Task statement =>
Look below for the lines from the one with "3, precision=1e-05, world=origin_with_axes())" to the one with "building_placement = place(site_placement, origin_with_axes())", and copy exactly those lines, both ends included.

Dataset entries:
--------

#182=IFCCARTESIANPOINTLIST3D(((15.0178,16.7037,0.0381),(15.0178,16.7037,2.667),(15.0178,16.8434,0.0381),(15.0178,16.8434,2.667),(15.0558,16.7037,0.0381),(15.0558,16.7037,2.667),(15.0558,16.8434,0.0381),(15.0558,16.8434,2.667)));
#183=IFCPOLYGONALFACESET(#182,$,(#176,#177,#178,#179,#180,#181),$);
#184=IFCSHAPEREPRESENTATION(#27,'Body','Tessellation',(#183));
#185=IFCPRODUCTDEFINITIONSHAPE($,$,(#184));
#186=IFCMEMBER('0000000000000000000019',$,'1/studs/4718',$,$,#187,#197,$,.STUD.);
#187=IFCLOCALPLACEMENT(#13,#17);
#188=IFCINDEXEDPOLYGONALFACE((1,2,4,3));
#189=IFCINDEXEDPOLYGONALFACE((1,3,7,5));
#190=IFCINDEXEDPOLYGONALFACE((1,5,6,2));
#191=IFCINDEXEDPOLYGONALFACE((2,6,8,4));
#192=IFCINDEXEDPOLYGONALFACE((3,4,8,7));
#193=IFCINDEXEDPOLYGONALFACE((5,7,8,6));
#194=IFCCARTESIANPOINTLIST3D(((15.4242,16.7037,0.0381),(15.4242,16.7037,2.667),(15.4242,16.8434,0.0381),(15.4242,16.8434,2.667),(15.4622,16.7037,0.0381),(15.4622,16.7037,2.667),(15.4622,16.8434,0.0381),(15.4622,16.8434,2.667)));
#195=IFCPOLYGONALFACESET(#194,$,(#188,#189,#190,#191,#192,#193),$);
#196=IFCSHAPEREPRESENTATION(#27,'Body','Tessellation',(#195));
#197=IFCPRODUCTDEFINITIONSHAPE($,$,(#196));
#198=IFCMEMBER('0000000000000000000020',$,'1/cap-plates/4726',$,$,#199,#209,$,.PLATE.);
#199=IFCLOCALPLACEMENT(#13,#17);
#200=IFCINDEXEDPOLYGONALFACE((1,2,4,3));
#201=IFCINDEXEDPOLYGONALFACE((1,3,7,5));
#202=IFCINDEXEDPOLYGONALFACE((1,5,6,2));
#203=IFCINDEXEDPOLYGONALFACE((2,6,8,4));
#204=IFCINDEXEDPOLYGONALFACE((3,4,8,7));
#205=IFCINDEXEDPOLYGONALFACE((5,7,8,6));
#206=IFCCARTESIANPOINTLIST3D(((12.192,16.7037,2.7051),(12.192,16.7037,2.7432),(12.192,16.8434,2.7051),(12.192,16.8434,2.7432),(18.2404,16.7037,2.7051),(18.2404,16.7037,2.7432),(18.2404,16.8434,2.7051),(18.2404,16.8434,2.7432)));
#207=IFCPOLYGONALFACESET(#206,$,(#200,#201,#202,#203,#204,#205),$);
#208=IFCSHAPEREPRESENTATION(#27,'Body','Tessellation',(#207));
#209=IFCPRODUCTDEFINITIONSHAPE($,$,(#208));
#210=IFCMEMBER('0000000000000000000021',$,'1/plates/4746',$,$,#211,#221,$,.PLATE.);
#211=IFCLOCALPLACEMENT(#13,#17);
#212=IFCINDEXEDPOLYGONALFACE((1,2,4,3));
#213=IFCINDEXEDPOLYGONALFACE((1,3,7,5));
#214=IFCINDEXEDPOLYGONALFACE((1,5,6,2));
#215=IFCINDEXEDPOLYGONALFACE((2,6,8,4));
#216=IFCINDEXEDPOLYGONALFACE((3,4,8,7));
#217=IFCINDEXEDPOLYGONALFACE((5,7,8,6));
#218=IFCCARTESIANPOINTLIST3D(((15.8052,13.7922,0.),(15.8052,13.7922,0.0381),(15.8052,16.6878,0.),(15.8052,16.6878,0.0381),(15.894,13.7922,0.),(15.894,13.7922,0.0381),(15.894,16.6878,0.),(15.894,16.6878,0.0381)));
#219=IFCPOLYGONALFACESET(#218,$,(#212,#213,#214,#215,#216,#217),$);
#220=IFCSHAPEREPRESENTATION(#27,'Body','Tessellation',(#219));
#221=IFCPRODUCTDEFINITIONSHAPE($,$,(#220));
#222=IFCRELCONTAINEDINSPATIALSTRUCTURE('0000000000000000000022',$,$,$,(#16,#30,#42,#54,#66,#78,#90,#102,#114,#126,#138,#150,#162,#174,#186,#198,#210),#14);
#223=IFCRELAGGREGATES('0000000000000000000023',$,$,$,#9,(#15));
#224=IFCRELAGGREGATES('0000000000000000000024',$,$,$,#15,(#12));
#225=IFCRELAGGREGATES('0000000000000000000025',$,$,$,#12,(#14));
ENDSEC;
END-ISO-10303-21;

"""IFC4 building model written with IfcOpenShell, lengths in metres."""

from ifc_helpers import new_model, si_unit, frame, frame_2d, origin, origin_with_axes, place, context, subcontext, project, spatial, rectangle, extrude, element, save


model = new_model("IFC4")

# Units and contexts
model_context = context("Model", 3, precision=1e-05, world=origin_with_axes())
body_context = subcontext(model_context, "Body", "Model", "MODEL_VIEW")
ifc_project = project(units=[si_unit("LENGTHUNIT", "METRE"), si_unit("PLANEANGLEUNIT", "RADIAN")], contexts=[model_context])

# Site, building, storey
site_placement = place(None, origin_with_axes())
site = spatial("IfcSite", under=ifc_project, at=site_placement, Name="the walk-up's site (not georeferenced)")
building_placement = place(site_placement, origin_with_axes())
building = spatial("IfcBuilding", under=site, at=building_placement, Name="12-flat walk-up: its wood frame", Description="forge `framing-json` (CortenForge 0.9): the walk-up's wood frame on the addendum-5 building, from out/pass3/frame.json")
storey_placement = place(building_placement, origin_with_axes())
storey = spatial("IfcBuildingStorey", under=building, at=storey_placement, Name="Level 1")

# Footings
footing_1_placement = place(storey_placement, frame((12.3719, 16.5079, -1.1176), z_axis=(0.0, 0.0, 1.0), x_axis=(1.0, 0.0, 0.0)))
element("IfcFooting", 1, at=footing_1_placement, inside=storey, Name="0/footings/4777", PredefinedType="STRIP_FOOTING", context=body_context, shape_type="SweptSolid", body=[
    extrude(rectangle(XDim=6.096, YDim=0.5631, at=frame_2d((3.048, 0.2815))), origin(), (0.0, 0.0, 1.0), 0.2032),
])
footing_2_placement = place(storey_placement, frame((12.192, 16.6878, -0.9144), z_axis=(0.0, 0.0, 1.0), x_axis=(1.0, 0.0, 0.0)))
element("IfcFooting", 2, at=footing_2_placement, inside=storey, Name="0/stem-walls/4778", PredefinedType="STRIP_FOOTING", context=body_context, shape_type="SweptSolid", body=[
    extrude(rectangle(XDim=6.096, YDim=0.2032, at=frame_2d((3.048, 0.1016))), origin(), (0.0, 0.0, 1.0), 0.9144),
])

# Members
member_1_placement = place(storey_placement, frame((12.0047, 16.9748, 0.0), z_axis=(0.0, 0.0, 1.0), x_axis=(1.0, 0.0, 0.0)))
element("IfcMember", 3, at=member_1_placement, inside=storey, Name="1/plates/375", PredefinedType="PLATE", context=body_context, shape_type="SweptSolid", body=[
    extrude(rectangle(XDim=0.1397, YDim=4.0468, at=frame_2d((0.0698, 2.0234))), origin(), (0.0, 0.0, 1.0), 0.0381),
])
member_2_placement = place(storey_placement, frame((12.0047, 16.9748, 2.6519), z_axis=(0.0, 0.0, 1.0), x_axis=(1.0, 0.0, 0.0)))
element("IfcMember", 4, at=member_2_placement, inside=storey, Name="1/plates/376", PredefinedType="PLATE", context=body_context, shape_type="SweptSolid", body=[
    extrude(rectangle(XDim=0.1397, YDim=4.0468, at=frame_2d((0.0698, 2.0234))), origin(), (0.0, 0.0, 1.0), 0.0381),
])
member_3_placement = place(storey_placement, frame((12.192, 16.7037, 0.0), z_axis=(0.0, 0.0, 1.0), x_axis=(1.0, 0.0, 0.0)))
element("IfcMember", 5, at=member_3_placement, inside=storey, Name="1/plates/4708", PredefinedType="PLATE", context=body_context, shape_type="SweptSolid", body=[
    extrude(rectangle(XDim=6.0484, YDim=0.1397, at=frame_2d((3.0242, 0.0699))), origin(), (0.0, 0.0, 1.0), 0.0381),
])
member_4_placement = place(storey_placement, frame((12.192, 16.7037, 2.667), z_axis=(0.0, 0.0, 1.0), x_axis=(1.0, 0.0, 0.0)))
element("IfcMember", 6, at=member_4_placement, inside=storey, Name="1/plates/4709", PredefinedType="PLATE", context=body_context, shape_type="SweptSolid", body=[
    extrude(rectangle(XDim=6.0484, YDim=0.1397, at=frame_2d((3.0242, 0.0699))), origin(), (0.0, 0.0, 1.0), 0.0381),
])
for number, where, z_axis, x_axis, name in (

--------

Response to the exercise =>
model_context = context("Model", 3, precision=1e-05, world=origin_with_axes())
body_context = subcontext(model_context, "Body", "Model", "MODEL_VIEW")
ifc_project = project(units=[si_unit("LENGTHUNIT", "METRE"), si_unit("PLANEANGLEUNIT", "RADIAN")], contexts=[model_context])

# Site, building, storey
site_placement = place(None, origin_with_axes())
site = spatial("IfcSite", under=ifc_project, at=site_placement, Name="the walk-up's site (not georeferenced)")
building_placement = place(site_placement, origin_with_axes())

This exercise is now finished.